Current Challenges and Barriers to Real-World Artificial Intelligence Adoption for the Healthcare System, Provider, and the Patient
Rishi P. Singh, Grant L. Hom, Michael D. Abràmoff et al.|Translational Vision Science & Technology|2020
Cited by 245Open Access

Artificial intelligence (AI), or the use of automated systems that display the ability to correctly interpret, to learn from, and to achieve specific goals by use of external data, is an emerging technology that has myriad implications for changing the way we interact with the world. Although this technology is already being used in many fields such as banking, retail, and education, AI has the potential to transform other fields including healthcare.

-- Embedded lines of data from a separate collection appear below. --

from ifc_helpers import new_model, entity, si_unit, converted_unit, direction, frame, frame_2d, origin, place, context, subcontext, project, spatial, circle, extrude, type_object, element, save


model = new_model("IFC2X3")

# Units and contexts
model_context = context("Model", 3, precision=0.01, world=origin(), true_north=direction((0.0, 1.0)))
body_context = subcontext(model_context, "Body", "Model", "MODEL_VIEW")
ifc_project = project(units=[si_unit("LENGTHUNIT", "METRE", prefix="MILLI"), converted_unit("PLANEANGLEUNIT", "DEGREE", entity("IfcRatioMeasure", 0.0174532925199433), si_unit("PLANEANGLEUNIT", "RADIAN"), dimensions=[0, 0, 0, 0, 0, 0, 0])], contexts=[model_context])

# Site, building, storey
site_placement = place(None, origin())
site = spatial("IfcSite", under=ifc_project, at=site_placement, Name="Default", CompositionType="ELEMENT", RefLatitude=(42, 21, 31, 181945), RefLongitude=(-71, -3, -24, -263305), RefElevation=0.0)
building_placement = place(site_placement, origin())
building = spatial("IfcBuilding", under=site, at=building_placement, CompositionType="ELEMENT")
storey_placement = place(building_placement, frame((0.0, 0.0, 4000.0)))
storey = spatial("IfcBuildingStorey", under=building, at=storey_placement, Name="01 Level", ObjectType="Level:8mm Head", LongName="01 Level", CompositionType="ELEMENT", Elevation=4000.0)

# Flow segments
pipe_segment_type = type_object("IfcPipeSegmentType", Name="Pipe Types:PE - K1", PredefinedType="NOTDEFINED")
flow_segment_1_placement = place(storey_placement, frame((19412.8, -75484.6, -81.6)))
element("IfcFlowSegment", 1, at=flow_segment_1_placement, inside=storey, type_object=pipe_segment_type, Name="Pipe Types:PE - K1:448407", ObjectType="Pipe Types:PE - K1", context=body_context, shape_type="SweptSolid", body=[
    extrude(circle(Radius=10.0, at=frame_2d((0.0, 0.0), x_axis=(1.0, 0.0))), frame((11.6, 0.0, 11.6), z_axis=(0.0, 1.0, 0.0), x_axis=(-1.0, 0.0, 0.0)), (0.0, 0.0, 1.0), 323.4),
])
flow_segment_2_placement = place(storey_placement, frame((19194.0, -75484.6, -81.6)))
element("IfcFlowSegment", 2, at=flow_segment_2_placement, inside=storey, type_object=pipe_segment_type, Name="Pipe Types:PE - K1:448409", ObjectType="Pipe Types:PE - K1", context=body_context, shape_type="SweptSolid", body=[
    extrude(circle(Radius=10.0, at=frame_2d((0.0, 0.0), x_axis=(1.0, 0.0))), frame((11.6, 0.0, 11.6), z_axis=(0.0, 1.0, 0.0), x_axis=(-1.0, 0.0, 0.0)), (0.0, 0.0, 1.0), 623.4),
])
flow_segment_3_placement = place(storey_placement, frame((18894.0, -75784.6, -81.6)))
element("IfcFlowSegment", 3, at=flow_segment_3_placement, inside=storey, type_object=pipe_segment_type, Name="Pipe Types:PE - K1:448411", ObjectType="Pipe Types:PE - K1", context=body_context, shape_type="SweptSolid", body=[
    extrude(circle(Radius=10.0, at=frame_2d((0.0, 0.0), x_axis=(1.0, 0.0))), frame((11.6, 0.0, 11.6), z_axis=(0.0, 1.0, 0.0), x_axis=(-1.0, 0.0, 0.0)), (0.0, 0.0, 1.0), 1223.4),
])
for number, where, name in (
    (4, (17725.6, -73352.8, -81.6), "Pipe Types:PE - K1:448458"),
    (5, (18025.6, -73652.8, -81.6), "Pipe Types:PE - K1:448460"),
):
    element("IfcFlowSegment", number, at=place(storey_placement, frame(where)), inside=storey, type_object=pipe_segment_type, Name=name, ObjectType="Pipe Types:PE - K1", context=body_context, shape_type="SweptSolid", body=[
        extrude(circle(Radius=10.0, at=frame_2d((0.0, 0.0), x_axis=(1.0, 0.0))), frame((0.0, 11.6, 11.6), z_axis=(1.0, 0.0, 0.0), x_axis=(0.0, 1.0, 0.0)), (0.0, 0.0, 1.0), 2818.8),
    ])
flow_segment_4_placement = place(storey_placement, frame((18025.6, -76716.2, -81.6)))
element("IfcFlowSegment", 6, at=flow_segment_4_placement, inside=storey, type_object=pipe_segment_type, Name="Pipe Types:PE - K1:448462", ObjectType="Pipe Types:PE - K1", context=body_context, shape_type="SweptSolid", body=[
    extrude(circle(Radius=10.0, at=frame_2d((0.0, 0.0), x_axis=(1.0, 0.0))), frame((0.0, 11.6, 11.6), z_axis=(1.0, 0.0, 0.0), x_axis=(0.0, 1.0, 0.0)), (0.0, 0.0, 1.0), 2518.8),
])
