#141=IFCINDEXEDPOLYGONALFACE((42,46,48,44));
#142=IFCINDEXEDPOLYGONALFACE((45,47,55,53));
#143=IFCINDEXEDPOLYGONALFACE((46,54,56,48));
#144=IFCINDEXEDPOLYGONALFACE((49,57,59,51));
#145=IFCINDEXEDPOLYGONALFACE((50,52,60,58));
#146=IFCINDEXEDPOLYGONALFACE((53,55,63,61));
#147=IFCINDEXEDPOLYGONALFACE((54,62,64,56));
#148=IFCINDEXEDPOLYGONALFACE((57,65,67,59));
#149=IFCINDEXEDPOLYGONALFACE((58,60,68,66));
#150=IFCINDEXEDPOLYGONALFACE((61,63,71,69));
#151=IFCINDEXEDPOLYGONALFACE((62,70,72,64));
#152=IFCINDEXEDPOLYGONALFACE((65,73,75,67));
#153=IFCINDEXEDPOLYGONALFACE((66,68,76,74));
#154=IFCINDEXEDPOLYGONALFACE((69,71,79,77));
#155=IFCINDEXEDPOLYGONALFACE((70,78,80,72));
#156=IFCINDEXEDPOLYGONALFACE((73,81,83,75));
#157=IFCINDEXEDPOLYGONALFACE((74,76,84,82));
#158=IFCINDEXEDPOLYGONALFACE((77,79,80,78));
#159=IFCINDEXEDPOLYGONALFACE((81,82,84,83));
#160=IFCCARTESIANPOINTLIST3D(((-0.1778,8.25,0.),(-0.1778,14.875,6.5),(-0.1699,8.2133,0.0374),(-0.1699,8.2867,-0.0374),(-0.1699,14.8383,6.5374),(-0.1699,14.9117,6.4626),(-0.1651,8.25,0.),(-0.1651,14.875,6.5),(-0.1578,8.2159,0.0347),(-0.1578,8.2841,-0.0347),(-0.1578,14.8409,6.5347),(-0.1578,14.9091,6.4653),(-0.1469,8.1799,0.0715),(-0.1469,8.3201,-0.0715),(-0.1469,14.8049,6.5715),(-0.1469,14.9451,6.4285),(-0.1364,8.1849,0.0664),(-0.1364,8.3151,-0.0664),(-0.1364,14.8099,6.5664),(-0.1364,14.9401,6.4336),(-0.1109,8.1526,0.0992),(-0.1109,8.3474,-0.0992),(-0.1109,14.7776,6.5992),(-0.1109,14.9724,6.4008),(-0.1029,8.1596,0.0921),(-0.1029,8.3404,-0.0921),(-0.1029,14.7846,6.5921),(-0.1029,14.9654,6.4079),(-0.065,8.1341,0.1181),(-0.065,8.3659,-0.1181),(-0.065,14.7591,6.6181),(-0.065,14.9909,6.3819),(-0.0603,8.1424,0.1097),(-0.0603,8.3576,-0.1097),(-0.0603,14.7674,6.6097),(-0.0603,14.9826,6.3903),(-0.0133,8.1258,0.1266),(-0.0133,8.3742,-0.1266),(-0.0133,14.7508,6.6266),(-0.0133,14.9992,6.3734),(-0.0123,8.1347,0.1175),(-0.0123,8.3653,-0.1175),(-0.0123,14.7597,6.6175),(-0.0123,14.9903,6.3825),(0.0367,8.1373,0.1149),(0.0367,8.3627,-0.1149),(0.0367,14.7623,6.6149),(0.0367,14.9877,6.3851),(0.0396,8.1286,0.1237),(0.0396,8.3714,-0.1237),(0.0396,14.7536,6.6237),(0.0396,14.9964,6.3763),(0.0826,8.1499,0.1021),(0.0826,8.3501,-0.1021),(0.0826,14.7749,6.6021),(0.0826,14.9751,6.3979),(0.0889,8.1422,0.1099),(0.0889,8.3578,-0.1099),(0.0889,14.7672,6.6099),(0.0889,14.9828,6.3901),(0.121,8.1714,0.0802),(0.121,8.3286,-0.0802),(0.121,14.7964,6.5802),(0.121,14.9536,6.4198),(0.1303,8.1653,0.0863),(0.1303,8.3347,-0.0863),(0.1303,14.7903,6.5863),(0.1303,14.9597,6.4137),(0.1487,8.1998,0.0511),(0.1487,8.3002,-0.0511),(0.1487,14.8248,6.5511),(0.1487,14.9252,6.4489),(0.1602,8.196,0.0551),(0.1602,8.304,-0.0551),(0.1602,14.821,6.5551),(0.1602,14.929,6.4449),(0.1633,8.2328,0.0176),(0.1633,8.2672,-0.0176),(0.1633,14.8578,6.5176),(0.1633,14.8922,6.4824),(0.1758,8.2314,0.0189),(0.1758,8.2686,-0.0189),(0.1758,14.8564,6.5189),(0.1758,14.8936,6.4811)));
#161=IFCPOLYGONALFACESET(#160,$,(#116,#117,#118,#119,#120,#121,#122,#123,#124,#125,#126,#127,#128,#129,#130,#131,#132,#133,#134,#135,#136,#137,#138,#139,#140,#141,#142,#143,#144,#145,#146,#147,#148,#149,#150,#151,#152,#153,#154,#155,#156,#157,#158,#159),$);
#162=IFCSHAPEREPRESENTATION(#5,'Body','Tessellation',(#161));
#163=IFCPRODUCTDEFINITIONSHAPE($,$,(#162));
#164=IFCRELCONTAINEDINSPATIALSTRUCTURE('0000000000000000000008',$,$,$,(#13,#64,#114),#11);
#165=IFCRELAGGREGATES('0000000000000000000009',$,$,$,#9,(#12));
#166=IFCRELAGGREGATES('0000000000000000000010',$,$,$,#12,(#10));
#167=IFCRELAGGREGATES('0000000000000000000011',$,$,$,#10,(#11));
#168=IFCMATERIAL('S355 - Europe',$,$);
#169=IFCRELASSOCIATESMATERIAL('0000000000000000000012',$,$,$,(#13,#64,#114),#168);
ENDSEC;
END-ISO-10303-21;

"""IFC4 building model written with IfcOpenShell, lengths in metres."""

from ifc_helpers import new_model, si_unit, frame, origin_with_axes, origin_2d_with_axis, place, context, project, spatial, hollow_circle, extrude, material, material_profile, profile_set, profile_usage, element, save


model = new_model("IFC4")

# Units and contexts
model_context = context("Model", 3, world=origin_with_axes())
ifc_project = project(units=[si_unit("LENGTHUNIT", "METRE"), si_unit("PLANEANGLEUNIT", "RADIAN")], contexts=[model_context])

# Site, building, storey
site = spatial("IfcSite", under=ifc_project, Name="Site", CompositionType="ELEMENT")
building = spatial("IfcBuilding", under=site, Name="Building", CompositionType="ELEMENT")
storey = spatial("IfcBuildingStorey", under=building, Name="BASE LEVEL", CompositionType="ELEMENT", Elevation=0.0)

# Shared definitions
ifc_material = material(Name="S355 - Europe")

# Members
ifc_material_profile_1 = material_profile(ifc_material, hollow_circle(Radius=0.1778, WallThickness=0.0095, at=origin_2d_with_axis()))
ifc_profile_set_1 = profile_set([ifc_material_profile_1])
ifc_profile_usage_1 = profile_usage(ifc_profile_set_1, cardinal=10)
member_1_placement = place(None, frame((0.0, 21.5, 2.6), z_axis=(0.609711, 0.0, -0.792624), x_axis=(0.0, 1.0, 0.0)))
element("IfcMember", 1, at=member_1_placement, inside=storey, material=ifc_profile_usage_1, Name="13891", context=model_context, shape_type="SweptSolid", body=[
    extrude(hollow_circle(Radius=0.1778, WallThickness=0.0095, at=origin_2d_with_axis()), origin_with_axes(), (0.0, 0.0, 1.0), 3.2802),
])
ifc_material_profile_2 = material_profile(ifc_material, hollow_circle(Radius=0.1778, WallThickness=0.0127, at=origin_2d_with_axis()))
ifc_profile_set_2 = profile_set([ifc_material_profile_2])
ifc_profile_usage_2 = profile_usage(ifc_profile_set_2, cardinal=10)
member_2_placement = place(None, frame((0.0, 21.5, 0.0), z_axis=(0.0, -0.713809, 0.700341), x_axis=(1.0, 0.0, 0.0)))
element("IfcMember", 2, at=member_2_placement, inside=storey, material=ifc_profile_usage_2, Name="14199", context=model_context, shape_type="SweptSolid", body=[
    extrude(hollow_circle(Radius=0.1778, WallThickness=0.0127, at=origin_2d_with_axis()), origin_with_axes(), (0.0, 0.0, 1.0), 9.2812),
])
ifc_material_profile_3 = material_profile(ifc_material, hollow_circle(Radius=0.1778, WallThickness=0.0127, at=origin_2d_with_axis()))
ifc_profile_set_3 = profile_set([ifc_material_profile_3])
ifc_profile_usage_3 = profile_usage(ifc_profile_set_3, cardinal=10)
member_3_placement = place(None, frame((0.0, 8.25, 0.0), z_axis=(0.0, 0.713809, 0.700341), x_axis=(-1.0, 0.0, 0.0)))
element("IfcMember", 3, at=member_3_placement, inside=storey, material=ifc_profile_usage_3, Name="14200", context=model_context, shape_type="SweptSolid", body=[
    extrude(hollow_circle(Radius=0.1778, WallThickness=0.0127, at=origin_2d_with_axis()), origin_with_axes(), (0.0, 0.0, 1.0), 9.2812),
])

Within healthcare, ophthalmology is uniquely positioned to benefit from AI not only through clinical decision support technology but also through improved image processing innovations such as real-time segmentation, automated image quality improvements, and assisted or autonomous disease screening tools.1,2 Although there are now Food and Drug Administration–approved technologies within ophthalmology, such as IDx-DR (Coralville, IA, USA) for early diagnosis of diabetic retinopathy and diabetic macular edema, numerous challenges still exist to realize the potentially transformative impact of these technologies in day to day practice. The need for the ophthalmology community to take a thoughtful approach to AI innovation and implementation is accentuated by the high stakes involved. The impact of misleading patients and clinicians on a health condition is much greater than a retail store misinterpreting the next book you may like to buy. As a result, we need to increase discussion about the issues surrounding who, what, when, how, and why we might use AI in practice, including ethical and liability considerations, to determine how best to implement AI for all stakeholders including practitioners, patients, practices/hospitals, and industry. This article aims to highlight the challenges and barriers to real-world AI adoption that impact the technology's utility. We examine these specific challenges that will face health care organizations, providers, and patients.